Grade A

Ever wonder how the Department of Agriculture validates our food? Food is subject to federal inspection for wholesomeness and must receive a stamp for passing safety and integrity standards if it’s to be sold on supermarket shelves. Great efforts are made to minimize bacterial contamination, but food–borne microbes can still proliferate, which is why safe food handling recommendations are required on all packages. Quality grading isn’t mandatory but many producers choose to include grades on their labels. So what exactly do those USDA shields mean?

  • Meat: Beef, lamb, and veal receive 1 of 3 main marks — USDA Prime, USDA Choice, and USDA Good. Most popular is Choice, marking high quality. Prime signifies the highest quality… and most expensive. Good won’t exhibit the same tenderness and juiciness as its higher–grade counterparts, but it’s usually lower in fat.

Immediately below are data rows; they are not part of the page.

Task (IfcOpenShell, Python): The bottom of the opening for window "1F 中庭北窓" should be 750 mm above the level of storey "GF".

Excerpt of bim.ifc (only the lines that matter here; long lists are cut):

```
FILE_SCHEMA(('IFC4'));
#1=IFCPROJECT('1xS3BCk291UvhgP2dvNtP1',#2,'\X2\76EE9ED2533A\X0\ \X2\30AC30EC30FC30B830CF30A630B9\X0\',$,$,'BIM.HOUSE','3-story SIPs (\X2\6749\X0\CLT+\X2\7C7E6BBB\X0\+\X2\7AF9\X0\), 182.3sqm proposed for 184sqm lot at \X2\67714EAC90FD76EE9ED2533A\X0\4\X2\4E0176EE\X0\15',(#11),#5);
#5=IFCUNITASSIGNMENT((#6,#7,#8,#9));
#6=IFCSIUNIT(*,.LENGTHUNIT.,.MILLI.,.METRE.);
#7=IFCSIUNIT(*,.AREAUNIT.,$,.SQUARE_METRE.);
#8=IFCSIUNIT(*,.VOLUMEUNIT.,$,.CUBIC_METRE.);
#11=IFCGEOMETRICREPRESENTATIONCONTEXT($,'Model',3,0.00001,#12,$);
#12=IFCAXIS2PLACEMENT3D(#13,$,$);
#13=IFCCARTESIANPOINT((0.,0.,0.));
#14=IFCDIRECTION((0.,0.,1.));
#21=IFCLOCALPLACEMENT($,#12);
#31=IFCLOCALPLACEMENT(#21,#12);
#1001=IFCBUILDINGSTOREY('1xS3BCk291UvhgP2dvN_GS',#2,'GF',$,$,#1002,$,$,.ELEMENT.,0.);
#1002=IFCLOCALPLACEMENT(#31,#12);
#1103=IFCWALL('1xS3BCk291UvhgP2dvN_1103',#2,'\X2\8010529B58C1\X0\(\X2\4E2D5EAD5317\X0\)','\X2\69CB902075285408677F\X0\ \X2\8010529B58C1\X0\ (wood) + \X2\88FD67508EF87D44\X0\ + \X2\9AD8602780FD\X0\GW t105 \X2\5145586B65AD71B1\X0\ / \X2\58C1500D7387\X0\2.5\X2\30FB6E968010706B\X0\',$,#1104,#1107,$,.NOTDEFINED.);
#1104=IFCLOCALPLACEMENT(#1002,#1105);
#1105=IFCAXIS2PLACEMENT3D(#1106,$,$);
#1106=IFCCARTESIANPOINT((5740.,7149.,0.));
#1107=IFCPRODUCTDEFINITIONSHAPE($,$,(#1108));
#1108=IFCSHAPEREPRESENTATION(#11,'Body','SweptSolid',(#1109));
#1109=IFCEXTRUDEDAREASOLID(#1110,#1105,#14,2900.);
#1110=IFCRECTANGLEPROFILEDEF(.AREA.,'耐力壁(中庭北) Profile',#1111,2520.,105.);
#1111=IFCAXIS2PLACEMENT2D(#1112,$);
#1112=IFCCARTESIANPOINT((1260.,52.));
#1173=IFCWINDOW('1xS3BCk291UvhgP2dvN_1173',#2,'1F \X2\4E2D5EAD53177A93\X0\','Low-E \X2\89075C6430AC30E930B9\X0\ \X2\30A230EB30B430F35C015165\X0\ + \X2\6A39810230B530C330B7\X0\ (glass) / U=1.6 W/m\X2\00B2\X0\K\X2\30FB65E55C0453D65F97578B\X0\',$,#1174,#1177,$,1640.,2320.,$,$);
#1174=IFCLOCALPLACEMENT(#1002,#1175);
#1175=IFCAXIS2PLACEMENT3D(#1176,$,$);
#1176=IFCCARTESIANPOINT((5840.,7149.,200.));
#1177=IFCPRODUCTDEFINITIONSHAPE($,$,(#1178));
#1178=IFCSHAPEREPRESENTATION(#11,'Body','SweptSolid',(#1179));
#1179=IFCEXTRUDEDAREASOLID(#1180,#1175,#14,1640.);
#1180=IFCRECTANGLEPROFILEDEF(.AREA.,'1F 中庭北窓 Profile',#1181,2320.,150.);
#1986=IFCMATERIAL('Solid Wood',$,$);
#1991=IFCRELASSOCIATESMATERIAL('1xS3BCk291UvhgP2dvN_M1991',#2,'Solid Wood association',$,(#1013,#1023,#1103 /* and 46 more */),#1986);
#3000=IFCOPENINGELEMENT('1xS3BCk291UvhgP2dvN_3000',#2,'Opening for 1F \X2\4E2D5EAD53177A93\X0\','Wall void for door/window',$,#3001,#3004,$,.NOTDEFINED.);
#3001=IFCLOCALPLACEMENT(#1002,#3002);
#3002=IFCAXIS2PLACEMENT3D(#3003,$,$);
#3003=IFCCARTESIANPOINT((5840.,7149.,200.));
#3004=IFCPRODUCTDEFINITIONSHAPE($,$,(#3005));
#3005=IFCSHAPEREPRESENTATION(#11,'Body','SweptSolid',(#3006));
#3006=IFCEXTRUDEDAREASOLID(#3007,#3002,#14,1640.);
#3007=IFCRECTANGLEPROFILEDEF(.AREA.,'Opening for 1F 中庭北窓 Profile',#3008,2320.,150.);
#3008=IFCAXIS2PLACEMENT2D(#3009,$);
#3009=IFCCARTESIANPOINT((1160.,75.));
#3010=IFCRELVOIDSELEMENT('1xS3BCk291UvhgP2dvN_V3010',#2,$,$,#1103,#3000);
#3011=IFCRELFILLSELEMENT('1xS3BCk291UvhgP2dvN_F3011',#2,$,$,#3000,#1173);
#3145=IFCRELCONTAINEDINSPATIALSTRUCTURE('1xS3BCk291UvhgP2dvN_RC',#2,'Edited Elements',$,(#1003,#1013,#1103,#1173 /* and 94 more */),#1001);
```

```python
import numpy as np
import ifcopenshell
import ifcopenshell.api.geometry
import ifcopenshell.geom
import ifcopenshell.util.element
import ifcopenshell.util.placement
import ifcopenshell.util.shape
import ifcopenshell.util.unit

model = ifcopenshell.open("bim.ifc")
unit_scale = ifcopenshell.util.unit.calculate_unit_scale(model)

window = model.by_guid("1xS3BCk291UvhgP2dvN_1173")
opening = window.FillsVoids[0].RelatingOpeningElement
storey = ifcopenshell.util.element.get_container(window, ifc_class="IfcBuildingStorey")
level = ifcopenshell.util.placement.get_local_placement(storey.ObjectPlacement)[2, 3]

# The opening's origin need not be at the sill, so measure its lowest point.
shape = ifcopenshell.geom.create_shape(ifcopenshell.geom.settings(), opening)
bottom = ifcopenshell.util.shape.get_shape_bottom_elevation(shape, shape.geometry) / unit_scale
dz = level + 0.75 / unit_scale - bottom

shift = np.array([0.0, 0.0, dz])
# The window is not placed relative to its opening, so move both.
for product in (opening, window):
    matrix = ifcopenshell.util.placement.get_local_placement(product.ObjectPlacement)
    matrix[:3, 3] += shift
    ifcopenshell.api.geometry.edit_object_placement(model, product=product, matrix=matrix, is_si=False)

print(f"moved by {dz * unit_scale:+.3f} m")

model.write("bim_v2.ifc")
```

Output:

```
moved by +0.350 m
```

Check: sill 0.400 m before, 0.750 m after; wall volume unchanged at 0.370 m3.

  • Eggs: While their size has nothing to do with their grade, the condition of their shell and interior consistency do. Grade AA is highest quality, suggesting firm yolks and thick whites. Grade A stands a close second. While Grade B eggs rarely appear in stores, they aren’t harmful if used for baking.
  • Dairy: The highest–quality butter — considered the sweetest — receives Grade AA, but Grade A is still top notch. The Quality Approved shield on cottage cheese and sour cream simply confirms that the cheese was manufactured in a clean plant under USDA supervision.